***** SOURCE MATERIAL

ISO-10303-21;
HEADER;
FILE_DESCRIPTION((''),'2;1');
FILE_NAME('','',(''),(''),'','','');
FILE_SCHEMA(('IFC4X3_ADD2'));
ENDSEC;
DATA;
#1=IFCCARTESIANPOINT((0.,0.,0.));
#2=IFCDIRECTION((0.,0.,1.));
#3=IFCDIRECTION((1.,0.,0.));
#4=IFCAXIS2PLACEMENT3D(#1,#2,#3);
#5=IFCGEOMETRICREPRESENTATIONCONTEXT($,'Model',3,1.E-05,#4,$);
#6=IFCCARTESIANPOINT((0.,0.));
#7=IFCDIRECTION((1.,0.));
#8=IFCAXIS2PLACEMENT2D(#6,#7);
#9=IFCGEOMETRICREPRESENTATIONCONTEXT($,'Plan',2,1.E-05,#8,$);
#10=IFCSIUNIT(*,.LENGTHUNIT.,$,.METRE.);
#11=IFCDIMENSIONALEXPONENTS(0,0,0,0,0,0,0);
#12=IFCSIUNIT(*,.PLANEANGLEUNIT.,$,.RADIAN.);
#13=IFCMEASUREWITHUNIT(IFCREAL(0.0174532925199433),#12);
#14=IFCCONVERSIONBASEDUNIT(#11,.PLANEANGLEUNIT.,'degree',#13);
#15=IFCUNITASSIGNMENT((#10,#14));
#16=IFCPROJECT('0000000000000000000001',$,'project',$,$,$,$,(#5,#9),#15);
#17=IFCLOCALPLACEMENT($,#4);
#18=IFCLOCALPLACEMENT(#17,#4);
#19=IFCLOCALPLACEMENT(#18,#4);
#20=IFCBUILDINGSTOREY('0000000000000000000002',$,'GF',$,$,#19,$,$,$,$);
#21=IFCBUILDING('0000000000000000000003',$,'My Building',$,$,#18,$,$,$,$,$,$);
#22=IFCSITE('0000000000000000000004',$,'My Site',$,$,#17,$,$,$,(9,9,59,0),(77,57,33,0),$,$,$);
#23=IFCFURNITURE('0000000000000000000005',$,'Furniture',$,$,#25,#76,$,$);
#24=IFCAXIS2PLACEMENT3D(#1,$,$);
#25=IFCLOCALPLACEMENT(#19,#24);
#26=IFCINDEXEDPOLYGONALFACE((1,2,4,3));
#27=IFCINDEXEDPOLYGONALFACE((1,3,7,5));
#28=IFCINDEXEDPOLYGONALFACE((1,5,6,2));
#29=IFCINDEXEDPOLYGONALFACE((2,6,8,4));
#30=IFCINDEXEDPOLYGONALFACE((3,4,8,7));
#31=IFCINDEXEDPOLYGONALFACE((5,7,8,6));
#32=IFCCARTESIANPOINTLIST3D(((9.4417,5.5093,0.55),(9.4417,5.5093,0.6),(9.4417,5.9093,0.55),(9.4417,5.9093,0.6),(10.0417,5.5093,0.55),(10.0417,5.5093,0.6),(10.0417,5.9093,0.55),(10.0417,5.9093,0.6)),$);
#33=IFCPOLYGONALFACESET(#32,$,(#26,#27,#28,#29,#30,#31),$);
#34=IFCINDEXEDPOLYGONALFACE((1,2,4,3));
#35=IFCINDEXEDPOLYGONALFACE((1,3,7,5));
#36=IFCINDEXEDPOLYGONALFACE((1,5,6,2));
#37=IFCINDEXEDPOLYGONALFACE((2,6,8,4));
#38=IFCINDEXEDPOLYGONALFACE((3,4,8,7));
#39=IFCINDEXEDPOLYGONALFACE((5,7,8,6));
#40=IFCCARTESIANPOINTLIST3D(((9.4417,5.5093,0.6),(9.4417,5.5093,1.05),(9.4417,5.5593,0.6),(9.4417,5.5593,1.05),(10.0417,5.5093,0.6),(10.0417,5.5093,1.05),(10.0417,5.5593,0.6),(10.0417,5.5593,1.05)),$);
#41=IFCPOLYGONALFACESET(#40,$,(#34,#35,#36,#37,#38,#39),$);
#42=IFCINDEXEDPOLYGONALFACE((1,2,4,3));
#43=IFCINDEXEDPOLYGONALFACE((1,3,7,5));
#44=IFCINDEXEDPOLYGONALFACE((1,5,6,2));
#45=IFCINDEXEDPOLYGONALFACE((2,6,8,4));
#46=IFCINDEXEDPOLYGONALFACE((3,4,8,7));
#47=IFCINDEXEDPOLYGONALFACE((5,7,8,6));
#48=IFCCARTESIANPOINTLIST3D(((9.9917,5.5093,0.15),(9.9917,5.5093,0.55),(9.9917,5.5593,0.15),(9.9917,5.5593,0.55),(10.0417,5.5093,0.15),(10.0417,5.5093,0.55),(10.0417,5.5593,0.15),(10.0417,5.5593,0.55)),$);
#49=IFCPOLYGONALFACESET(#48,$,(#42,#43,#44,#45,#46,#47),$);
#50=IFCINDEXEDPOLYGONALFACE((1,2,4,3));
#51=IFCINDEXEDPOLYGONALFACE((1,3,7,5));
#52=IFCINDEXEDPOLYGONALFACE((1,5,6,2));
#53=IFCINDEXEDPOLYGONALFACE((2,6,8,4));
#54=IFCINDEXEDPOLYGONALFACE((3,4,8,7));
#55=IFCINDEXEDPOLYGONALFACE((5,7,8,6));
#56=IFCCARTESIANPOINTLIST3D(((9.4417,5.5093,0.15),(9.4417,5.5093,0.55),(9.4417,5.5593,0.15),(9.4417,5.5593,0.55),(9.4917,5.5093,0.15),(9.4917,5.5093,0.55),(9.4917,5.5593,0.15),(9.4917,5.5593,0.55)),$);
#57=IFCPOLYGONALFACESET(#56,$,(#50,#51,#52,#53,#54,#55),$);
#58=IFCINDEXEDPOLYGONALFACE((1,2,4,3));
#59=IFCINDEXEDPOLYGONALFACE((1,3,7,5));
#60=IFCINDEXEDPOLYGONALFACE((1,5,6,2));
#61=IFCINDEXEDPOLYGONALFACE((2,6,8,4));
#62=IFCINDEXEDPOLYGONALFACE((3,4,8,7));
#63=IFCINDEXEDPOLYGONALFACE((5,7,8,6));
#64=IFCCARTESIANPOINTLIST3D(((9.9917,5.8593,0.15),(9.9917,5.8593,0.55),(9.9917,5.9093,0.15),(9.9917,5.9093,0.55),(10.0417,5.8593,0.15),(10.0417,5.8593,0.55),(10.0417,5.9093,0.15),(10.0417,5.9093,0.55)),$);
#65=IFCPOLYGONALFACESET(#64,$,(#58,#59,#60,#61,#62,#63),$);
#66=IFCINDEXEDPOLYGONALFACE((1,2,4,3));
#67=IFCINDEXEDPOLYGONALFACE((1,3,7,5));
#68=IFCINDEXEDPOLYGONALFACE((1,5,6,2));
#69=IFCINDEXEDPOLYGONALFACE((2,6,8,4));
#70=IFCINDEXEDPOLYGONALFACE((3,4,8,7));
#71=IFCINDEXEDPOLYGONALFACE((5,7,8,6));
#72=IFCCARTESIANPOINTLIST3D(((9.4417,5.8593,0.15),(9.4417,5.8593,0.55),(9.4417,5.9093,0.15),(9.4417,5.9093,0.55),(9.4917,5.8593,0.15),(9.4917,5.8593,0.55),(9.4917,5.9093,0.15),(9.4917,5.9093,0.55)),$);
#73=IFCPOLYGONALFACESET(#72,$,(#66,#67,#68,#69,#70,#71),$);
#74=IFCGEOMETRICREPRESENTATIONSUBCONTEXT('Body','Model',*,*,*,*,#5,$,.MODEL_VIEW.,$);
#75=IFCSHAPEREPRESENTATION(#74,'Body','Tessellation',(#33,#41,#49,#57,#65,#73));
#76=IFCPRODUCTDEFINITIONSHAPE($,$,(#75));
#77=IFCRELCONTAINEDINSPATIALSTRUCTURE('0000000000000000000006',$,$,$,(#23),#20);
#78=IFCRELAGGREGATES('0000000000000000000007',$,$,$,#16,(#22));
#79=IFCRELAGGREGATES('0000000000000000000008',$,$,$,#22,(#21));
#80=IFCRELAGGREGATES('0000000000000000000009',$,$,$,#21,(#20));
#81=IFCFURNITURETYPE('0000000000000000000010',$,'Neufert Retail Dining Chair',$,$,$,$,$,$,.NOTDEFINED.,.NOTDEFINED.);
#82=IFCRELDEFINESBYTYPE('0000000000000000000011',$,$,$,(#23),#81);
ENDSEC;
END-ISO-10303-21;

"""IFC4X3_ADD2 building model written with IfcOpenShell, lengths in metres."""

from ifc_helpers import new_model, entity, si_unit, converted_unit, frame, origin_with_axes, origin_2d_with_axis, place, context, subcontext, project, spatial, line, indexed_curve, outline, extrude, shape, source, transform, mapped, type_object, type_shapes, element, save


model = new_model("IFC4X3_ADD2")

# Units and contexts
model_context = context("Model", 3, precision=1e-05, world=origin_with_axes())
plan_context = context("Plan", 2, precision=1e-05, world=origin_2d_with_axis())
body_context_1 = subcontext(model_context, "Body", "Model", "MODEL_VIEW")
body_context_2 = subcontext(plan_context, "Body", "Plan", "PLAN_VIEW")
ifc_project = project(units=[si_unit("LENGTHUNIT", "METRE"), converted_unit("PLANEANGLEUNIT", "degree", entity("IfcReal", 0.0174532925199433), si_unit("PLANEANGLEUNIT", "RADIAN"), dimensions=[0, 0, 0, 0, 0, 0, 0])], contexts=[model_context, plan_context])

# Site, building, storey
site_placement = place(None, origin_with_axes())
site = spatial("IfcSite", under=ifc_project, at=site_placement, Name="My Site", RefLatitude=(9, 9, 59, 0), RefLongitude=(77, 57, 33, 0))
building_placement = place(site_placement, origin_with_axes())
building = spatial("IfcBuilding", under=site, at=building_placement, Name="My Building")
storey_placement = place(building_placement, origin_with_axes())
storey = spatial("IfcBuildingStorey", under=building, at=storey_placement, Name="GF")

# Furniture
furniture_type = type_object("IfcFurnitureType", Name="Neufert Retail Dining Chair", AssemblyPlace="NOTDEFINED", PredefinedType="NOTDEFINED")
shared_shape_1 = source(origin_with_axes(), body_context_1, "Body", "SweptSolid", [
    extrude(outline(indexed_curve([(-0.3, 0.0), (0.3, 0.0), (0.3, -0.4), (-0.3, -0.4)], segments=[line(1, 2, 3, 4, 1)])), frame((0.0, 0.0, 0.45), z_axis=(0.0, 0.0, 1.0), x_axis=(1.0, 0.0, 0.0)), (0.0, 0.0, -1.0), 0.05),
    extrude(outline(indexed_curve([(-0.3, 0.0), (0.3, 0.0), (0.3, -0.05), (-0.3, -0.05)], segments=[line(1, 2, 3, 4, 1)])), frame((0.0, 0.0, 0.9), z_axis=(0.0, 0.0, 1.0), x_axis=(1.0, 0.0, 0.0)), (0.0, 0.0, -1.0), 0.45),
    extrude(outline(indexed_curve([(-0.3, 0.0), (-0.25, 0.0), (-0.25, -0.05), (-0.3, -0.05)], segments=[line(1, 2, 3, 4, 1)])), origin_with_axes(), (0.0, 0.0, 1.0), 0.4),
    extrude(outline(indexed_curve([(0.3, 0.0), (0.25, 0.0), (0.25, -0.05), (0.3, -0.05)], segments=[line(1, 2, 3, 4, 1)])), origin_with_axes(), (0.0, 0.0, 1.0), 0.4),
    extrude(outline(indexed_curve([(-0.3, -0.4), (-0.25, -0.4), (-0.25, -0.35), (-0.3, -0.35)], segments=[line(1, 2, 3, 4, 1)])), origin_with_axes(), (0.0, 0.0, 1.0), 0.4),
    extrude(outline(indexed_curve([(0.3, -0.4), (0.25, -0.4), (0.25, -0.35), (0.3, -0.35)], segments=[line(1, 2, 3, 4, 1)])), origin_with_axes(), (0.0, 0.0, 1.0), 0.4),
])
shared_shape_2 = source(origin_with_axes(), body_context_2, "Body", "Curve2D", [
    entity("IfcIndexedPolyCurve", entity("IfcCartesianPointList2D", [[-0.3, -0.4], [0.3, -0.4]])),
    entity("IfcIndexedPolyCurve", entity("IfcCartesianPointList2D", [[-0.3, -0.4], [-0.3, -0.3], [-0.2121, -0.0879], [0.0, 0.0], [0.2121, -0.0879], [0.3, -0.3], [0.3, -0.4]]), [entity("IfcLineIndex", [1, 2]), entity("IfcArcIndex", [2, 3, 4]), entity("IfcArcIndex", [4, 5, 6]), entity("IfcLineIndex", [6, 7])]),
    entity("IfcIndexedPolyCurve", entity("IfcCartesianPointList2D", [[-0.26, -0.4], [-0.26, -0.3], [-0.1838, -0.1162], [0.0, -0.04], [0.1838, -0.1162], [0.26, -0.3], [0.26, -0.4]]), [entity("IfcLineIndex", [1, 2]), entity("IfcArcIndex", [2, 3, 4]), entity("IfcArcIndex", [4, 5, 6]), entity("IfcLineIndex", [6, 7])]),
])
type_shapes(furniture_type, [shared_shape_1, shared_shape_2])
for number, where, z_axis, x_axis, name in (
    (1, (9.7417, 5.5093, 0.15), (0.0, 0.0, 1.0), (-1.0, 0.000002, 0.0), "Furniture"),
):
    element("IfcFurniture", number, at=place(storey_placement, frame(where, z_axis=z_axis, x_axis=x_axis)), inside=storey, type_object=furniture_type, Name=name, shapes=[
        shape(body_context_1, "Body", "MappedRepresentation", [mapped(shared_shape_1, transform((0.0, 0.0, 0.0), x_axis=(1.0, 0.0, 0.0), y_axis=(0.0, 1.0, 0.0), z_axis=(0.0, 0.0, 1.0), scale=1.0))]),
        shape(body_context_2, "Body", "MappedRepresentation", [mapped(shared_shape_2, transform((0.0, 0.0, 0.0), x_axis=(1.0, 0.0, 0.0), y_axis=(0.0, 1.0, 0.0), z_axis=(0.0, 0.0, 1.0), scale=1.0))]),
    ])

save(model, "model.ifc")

**********

*WORK TASK*. Among the lines above, repeat exactly those from the line with "#26=IFCINDEXEDPOLYGONALFACE((1,2,4,3));" to the line with "#53=IFCINDEXEDPOLYGONALFACE((2,6,8,4));", counting both ends.

*WRITTEN SOLUTION*.
#26=IFCINDEXEDPOLYGONALFACE((1,2,4,3));
#27=IFCINDEXEDPOLYGONALFACE((1,3,7,5));
#28=IFCINDEXEDPOLYGONALFACE((1,5,6,2));
#29=IFCINDEXEDPOLYGONALFACE((2,6,8,4));
#30=IFCINDEXEDPOLYGONALFACE((3,4,8,7));
#31=IFCINDEXEDPOLYGONALFACE((5,7,8,6));
#32=IFCCARTESIANPOINTLIST3D(((9.4417,5.5093,0.55),(9.4417,5.5093,0.6),(9.4417,5.9093,0.55),(9.4417,5.9093,0.6),(10.0417,5.5093,0.55),(10.0417,5.5093,0.6),(10.0417,5.9093,0.55),(10.0417,5.9093,0.6)),$);
#33=IFCPOLYGONALFACESET(#32,$,(#26,#27,#28,#29,#30,#31),$);
#34=IFCINDEXEDPOLYGONALFACE((1,2,4,3));
#35=IFCINDEXEDPOLYGONALFACE((1,3,7,5));
#36=IFCINDEXEDPOLYGONALFACE((1,5,6,2));
#37=IFCINDEXEDPOLYGONALFACE((2,6,8,4));
#38=IFCINDEXEDPOLYGONALFACE((3,4,8,7));
#39=IFCINDEXEDPOLYGONALFACE((5,7,8,6));
#40=IFCCARTESIANPOINTLIST3D(((9.4417,5.5093,0.6),(9.4417,5.5093,1.05),(9.4417,5.5593,0.6),(9.4417,5.5593,1.05),(10.0417,5.5093,0.6),(10.0417,5.5093,1.05),(10.0417,5.5593,0.6),(10.0417,5.5593,1.05)),$);
#41=IFCPOLYGONALFACESET(#40,$,(#34,#35,#36,#37,#38,#39),$);
#42=IFCINDEXEDPOLYGONALFACE((1,2,4,3));
#43=IFCINDEXEDPOLYGONALFACE((1,3,7,5));
#44=IFCINDEXEDPOLYGONALFACE((1,5,6,2));
#45=IFCINDEXEDPOLYGONALFACE((2,6,8,4));
#46=IFCINDEXEDPOLYGONALFACE((3,4,8,7));
#47=IFCINDEXEDPOLYGONALFACE((5,7,8,6));
#48=IFCCARTESIANPOINTLIST3D(((9.9917,5.5093,0.15),(9.9917,5.5093,0.55),(9.9917,5.5593,0.15),(9.9917,5.5593,0.55),(10.0417,5.5093,0.15),(10.0417,5.5093,0.55),(10.0417,5.5593,0.15),(10.0417,5.5593,0.55)),$);
#49=IFCPOLYGONALFACESET(#48,$,(#42,#43,#44,#45,#46,#47),$);
#50=IFCINDEXEDPOLYGONALFACE((1,2,4,3));
#51=IFCINDEXEDPOLYGONALFACE((1,3,7,5));
#52=IFCINDEXEDPOLYGONALFACE((1,5,6,2));
#53=IFCINDEXEDPOLYGONALFACE((2,6,8,4));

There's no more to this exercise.